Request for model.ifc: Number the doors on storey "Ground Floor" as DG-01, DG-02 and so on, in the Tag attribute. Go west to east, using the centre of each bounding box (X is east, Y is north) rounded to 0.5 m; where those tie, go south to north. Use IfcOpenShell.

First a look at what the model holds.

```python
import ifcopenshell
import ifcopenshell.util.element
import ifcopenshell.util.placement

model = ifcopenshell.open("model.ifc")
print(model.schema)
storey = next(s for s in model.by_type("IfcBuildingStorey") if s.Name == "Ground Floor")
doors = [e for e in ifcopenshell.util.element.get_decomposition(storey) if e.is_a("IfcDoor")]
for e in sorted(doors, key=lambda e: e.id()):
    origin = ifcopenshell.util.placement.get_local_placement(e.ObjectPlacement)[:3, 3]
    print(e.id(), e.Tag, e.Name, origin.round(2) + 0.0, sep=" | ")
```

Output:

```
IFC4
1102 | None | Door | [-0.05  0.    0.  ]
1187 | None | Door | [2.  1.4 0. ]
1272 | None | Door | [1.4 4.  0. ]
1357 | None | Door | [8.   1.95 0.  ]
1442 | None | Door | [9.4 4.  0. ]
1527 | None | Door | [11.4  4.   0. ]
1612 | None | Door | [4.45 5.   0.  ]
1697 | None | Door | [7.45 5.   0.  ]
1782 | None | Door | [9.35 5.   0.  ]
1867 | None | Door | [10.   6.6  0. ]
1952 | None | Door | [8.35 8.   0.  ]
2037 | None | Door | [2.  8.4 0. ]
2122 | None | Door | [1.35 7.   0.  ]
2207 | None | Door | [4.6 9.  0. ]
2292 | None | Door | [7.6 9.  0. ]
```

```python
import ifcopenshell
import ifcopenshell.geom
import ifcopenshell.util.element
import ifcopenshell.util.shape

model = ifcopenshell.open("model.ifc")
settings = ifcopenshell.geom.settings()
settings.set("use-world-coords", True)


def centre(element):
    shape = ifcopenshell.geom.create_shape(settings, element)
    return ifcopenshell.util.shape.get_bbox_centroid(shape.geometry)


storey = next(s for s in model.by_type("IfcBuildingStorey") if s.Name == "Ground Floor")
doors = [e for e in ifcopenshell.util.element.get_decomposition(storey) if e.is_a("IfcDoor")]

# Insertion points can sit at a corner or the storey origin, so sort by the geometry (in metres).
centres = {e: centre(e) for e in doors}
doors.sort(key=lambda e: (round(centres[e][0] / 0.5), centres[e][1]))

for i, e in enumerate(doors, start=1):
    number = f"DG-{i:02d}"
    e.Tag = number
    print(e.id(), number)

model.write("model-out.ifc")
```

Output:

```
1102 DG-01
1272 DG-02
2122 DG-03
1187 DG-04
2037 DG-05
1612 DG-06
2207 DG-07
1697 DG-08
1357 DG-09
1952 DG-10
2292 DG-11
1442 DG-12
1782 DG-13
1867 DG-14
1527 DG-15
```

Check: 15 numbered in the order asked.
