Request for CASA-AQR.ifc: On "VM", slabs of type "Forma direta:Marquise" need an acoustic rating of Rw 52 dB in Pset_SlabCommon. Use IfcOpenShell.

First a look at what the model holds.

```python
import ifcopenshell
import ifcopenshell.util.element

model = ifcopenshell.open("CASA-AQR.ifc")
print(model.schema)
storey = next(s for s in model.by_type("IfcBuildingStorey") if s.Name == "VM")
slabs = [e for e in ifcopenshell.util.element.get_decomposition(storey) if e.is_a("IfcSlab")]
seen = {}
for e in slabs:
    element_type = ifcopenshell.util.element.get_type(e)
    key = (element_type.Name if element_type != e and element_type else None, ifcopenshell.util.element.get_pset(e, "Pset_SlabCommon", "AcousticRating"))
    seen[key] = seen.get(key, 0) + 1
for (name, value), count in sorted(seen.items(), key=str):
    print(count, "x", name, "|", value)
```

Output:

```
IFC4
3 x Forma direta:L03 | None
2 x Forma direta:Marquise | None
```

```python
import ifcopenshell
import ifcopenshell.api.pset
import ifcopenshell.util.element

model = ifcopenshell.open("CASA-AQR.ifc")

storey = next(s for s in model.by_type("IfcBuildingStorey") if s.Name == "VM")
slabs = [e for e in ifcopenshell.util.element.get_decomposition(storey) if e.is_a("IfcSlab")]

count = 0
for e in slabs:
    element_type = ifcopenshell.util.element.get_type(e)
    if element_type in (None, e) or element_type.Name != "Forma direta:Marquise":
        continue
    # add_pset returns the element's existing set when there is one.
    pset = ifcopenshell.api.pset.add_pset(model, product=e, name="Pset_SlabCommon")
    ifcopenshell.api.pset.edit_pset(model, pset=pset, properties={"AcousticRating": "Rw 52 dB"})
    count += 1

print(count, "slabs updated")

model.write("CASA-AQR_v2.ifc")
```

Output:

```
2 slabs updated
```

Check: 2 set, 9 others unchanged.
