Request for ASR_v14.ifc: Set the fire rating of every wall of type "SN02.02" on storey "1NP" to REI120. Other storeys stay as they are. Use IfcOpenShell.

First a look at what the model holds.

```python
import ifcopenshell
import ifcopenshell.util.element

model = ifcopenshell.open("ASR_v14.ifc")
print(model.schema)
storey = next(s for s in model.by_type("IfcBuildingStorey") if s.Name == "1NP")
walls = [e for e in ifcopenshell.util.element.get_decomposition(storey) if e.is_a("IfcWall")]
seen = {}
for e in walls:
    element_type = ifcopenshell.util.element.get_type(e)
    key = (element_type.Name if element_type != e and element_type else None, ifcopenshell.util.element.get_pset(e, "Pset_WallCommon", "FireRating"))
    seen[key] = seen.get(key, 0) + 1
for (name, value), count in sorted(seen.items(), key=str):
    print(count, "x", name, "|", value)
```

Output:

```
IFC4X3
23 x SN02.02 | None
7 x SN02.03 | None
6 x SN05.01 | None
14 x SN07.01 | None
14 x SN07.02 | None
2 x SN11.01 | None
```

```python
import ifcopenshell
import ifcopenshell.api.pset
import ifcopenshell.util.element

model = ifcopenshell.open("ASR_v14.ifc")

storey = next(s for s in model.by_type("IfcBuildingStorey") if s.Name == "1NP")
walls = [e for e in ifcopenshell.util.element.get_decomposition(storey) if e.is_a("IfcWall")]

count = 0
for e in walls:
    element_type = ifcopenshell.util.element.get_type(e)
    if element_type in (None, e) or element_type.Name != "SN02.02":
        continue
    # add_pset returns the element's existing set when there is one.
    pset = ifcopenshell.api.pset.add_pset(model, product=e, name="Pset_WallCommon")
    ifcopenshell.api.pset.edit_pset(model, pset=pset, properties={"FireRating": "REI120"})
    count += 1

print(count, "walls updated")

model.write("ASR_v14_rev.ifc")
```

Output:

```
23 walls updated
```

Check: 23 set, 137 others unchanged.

===============

What the exercise asks: From the data above, copy every line where "unchanged" appears.

Solution to the problem:
Check: 2 set, 9 others unchanged.
Check: 23 set, 137 others unchanged.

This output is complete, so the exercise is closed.